Contains Duplicate

Problem Statement

LeetCode-217: Given an integer array nums, return true if any value appears at least twice in the array, and return false if every element is distinct.

Approach

The most straightforward approach to solve this problem is to sort the array and then check if there are any duplicate elements. If we find any duplicate elements, we can return true, else return false.

public boolean containsDuplicate(int[] nums) {
    Arrays.sort(nums);
    for(int i=1; i < nums.length; i++){
        if(nums[i] == nums[i-1]){
            return true;
        }
    }
    return false;
}

Or count the number of distinct elements in the array and compare it with the length of the array.
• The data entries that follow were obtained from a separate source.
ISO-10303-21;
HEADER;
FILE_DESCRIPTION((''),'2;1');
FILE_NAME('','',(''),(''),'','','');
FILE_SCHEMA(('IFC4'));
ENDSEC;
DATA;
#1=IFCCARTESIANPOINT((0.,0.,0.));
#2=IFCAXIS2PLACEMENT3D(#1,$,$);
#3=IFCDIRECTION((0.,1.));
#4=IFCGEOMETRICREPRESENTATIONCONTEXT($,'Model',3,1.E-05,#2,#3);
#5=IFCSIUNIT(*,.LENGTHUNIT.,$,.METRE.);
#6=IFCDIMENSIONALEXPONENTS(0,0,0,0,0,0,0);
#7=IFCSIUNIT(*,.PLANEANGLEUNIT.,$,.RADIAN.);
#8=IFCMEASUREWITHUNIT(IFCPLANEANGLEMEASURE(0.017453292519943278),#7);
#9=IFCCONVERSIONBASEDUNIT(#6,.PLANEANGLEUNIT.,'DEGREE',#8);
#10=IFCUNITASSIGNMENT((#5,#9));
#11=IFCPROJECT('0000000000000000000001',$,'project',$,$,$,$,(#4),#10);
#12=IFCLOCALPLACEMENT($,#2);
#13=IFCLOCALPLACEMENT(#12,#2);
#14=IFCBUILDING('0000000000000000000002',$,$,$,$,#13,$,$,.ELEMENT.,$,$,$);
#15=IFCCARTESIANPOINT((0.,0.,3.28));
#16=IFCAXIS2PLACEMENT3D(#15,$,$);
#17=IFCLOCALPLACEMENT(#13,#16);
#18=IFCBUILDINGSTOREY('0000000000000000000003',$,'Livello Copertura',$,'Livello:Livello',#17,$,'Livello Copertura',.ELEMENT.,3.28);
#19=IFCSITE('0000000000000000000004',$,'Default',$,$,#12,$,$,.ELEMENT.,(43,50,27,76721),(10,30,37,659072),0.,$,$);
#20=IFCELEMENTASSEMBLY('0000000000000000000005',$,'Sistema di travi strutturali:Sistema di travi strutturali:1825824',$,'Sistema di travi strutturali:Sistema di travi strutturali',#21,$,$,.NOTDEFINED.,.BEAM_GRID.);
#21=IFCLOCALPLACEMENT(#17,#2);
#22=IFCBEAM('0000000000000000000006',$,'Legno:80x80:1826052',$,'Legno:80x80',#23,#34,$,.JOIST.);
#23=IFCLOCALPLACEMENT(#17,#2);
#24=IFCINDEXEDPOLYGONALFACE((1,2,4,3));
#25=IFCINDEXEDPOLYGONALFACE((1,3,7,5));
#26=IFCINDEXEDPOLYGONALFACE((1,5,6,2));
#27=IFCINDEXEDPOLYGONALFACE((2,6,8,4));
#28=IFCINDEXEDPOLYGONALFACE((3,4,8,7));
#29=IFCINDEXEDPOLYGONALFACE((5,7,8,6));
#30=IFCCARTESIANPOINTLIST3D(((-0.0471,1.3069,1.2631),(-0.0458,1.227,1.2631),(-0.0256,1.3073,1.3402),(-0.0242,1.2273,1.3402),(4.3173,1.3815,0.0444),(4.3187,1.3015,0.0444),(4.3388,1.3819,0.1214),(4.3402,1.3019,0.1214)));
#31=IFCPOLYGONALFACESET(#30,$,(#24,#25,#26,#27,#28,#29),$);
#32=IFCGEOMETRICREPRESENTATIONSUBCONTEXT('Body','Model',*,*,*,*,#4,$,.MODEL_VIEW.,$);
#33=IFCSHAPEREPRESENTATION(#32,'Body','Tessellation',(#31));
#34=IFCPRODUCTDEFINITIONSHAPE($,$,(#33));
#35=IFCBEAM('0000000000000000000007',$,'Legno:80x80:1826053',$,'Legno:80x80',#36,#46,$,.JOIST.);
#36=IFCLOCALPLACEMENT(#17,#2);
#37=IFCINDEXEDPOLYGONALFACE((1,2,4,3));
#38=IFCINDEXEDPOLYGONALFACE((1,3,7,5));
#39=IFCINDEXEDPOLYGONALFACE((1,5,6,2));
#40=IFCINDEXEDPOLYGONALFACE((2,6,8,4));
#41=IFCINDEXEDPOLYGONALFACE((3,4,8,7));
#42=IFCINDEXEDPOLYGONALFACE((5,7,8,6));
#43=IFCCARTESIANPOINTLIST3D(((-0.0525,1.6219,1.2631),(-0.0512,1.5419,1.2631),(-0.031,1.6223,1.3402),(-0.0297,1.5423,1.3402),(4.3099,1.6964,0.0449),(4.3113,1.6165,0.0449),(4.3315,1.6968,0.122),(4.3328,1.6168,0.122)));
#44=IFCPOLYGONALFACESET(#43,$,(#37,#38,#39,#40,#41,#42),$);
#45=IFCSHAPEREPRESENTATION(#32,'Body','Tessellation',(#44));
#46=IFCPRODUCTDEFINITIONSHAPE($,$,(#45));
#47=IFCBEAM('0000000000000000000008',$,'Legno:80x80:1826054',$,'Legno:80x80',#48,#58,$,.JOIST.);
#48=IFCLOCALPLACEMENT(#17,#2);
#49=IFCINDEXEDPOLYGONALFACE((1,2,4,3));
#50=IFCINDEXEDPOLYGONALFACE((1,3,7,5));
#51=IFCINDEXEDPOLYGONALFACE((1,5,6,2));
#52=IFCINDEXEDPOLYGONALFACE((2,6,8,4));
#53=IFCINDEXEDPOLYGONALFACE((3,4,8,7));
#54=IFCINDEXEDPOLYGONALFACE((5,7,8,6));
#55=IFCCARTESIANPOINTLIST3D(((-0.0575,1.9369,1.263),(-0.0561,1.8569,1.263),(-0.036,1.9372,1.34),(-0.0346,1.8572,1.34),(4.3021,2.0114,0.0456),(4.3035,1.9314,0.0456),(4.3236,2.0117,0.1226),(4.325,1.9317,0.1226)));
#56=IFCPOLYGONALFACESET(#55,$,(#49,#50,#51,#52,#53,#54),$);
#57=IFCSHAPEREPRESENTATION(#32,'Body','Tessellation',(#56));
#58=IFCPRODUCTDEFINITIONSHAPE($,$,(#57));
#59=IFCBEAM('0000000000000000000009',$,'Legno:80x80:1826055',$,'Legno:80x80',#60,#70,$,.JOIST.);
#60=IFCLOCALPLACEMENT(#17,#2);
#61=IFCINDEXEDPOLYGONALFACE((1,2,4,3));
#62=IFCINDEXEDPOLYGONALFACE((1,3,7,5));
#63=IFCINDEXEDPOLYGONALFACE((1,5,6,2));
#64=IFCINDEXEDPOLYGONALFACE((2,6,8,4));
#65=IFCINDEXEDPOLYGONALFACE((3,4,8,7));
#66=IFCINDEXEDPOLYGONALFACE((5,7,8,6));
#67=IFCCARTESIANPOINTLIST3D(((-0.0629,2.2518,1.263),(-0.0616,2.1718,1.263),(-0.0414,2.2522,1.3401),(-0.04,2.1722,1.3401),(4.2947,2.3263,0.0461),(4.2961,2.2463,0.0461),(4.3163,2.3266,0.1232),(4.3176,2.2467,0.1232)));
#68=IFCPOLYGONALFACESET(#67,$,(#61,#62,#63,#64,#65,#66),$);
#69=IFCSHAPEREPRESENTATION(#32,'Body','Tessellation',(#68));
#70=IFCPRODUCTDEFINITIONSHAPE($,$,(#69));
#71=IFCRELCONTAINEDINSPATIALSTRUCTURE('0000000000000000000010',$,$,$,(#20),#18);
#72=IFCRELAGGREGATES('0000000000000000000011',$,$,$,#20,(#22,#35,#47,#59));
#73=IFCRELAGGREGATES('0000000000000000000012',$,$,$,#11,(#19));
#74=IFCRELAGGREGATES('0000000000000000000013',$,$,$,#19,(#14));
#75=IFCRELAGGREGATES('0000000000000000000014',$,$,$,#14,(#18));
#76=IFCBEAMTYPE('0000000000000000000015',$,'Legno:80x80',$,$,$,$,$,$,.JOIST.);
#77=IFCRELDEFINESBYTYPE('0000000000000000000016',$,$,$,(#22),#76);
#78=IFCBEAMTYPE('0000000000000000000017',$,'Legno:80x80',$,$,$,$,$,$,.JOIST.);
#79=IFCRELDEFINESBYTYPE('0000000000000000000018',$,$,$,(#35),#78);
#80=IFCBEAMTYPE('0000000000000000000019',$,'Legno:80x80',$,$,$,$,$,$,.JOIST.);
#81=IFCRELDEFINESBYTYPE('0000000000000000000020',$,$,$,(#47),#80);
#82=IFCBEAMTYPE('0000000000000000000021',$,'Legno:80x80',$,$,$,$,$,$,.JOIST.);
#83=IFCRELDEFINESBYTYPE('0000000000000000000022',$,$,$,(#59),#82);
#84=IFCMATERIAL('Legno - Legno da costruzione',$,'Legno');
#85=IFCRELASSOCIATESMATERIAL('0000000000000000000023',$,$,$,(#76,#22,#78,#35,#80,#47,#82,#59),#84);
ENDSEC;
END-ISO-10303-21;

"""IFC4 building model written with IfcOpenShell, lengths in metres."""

from ifc_helpers import new_model, entity, si_unit, converted_unit, direction, frame, origin, place, context, subcontext, project, spatial, indexed_curve, outline, extrude, source, transform, mapped, material, type_object, type_shapes, element, aggregate, save


model = new_model("IFC4")

# Units and contexts
model_context = context("Model", 3, precision=1e-05, world=origin(), true_north=direction((0.0, 1.0)))
body_context = subcontext(model_context, "Body", "Model", "MODEL_VIEW")
ifc_project = project(units=[si_unit("LENGTHUNIT", "METRE"), converted_unit("PLANEANGLEUNIT", "DEGREE", entity("IfcPlaneAngleMeasure", 0.017453292519943278), si_unit("PLANEANGLEUNIT", "RADIAN"), dimensions=[0, 0, 0, 0, 0, 0, 0])], contexts=[model_context])

# Site, building, storey
site_placement = place(None, origin())
site = spatial("IfcSite", under=ifc_project, at=site_placement, Name="Default", CompositionType="ELEMENT", RefLatitude=(43, 50, 27, 76721), RefLongitude=(10, 30, 37, 659072), RefElevation=0.0)
building_placement = place(site_placement, origin())
building = spatial("IfcBuilding", under=site, at=building_placement, CompositionType="ELEMENT")
storey_placement = place(building_placement, frame((0.0, 0.0, 3.28)))
storey = spatial("IfcBuildingStorey", under=building, at=storey_placement, Name="Livello Copertura", ObjectType="Livello:Livello", LongName="Livello Copertura", CompositionType="ELEMENT", Elevation=3.28)

# Shared definitions
ifc_material = material(Name="Legno - Legno da costruzione", Category="Legno")

# Element assembly, beams
assembly_1_placement = place(storey_placement, origin())
assembly_1 = element("IfcElementAssembly", 1, at=assembly_1_placement, inside=storey, Name="Sistema di travi strutturali:Sistema di travi strutturali:1825824", ObjectType="Sistema di travi strutturali:Sistema di travi strutturali", AssemblyPlace="NOTDEFINED", PredefinedType="BEAM_GRID")
beam_type_1 = type_object("IfcBeamType", Name="Legno:80x80", PredefinedType="JOIST", material=ifc_material)
shared_shape_1 = source(origin(), body_context, "Body", "SweptSolid", [
    extrude(outline(indexed_curve([(-2.266, -0.04), (2.266, -0.04), (2.266, 0.04), (-2.266, 0.04), (-2.266, -0.04)], self_intersect=False)), frame((0.0, 0.0, -0.04), z_axis=(0.0, 0.0, 1.0), x_axis=(-1.0, 0.0, 0.0)), (0.0, 0.0, 1.0), 0.08),
])
type_shapes(beam_type_1, [shared_shape_1])
beam_1_placement = place(assembly_1_placement, frame((2.1465, 1.3044, 0.6923), z_axis=(0.268881, 0.004594, 0.963163), x_axis=(-0.963022, -0.016456, 0.26892)))
beam_1 = element("IfcBeam", 2, at=beam_1_placement, type_object=beam_type_1, material=ifc_material, Name="Legno:80x80:1826052", ObjectType="Legno:80x80", PredefinedType="JOIST", context=body_context, shape_type="MappedRepresentation", body=[
    mapped(shared_shape_1, transform((0.0, 0.0, 0.0), scale=1.0)),
])
beam_type_2 = type_object("IfcBeamType", Name="Legno:80x80", PredefinedType="JOIST", material=ifc_material)
shared_shape_2 = source(origin(), body_context, "Body", "SweptSolid", [
    extrude(outline(indexed_curve([(-2.265, -0.04), (2.265, -0.04), (2.265, 0.04), (-2.265, 0.04), (-2.265, -0.04)], self_intersect=False)), frame((0.0, 0.0, -0.04), z_axis=(0.0, 0.0, 1.0), x_axis=(-1.0, 0.0, 0.0)), (0.0, 0.0, 1.0), 0.08),
])
type_shapes(beam_type_2, [shared_shape_2])
beam_2_placement = place(assembly_1_placement, frame((2.1401, 1.6194, 0.6925), z_axis=(0.268881, 0.004594, 0.963163), x_axis=(-0.963022, -0.016456, 0.26892)))
beam_2 = element("IfcBeam", 3, at=beam_2_placement, type_object=beam_type_2, material=ifc_material, Name="Legno:80x80:1826053", ObjectType="Legno:80x80", PredefinedType="JOIST", context=body_context, shape_type="MappedRepresentation", body=[
    mapped(shared_shape_2, transform((0.0, 0.0, 0.0), scale=1.0)),
])
beam_type_3 = type_object("IfcBeamType", Name="Legno:80x80", PredefinedType="JOIST", material=ifc_material)
shared_shape_3 = source(origin(), body_context, "Body", "SweptSolid", [
    extrude(outline(indexed_curve([(-2.2635, -0.04), (2.2635, -0.04), (2.2635, 0.04), (-2.2635, 0.04), (-2.2635, -0.04)], self_intersect=False)), frame((0.0, 0.0, -0.04), z_axis=(0.0, 0.0, 1.0), x_axis=(-1.0, 0.0, 0.0)), (0.0, 0.0, 1.0), 0.08),
])
type_shapes(beam_type_3, [shared_shape_3])
beam_3_placement = place(assembly_1_placement, frame((2.1337, 1.9343, 0.6928), z_axis=(0.268881, 0.004594, 0.963163), x_axis=(-0.963022, -0.016456, 0.26892)))
beam_3 = element("IfcBeam", 4, at=beam_3_placement, type_object=beam_type_3, material=ifc_material, Name="Legno:80x80:1826054", ObjectType="Legno:80x80", PredefinedType="JOIST", context=body_context, shape_type="MappedRepresentation", body=[
    mapped(shared_shape_3, transform((0.0, 0.0, 0.0), scale=1.0)),
])
beam_type_4 = type_object("IfcBeamType", Name="Legno:80x80", PredefinedType="JOIST", material=ifc_material)
shared_shape_4 = source(origin(), body_context, "Body", "SweptSolid", [
    extrude(outline(indexed_curve([(-2.2625, -0.04), (2.2625, -0.04), (2.2625, 0.04), (-2.2625, 0.04), (-2.2625, -0.04)], self_intersect=False)), frame((0.0, 0.0, -0.04), z_axis=(0.0, 0.0, 1.0), x_axis=(-1.0, 0.0, 0.0)), (0.0, 0.0, 1.0), 0.08),
])
type_shapes(beam_type_4, [shared_shape_4])
beam_4_placement = place(assembly_1_placement, frame((2.1273, 2.2492, 0.6931), z_axis=(0.268881, 0.004594, 0.963163), x_axis=(-0.963022, -0.016456, 0.26892)))
beam_4 = element("IfcBeam", 5, at=beam_4_placement, type_object=beam_type_4, material=ifc_material, Name="Legno:80x80:1826055", ObjectType="Legno:80x80", PredefinedType="JOIST", context=body_context, shape_type="MappedRepresentation", body=[
    mapped(shared_shape_4, transform((0.0, 0.0, 0.0), scale=1.0)),
])
aggregate(assembly_1, [beam_1, beam_2, beam_3, beam_4])

save(model, "model.ifc")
If the number of distinct elements is less than the length of the array, then there are duplicate elements in the array.

public boolean containsDuplicate(int[] nums) {
    return Arrays.stream(nums).distinct().count() != nums.length;
}

But both of these approaches have a time complexity of $O(n \log n)$, where $n$ is the number of elements in the array.

Can we optimize the runtime by compromising on the space complexity? It turns out we can!

What we need is a data structure that allows us to check if an element is already present in the array in constant time and a HashSet is the perfect data structure for this.

A HashSet allows us to store elements in a collection and provides constant time operations for adding, removing, and checking if an element is present in the collection. On a high level, what we need to do is:

1. Create a HashSet to store the elements of the array.
2. Iterate over the array and for each element:
   • Check if the element is already present in the HashSet.
   • If it is present, return true.
   • If it is not present, add the element to the HashSet.

Implementation

Here is a java implementation of the approach:

public boolean containsDuplicate(int[] nums) {
    Set<Integer> cache = new HashSet<>();
    for(int elem : nums){
        if(cache.contains(elem)){
            return true;
        }else{
            cache.add(elem);
        }
    }       
    return false;
}

Additionally, as we know that if the element is already present in a HashSet, the add method will return false. We can use this to our advantage to simplify the code as follows:

public boolean containsDuplicate(int[] nums) {
    Set<Integer> cache = new HashSet<>();
    for(int num : nums){
        if(!cache.add(num)){
            return true;
        }
    }
    return false;
}

Complexity Analysis

The time complexity for this approach is $O(n)$, where $n$ is the number of elements in the array. We iterate over the array once and perform constant time operations for each element.

The space complexity is also $O(n)$ - for all unique elements, due to the HashSet used to store the elements of the array.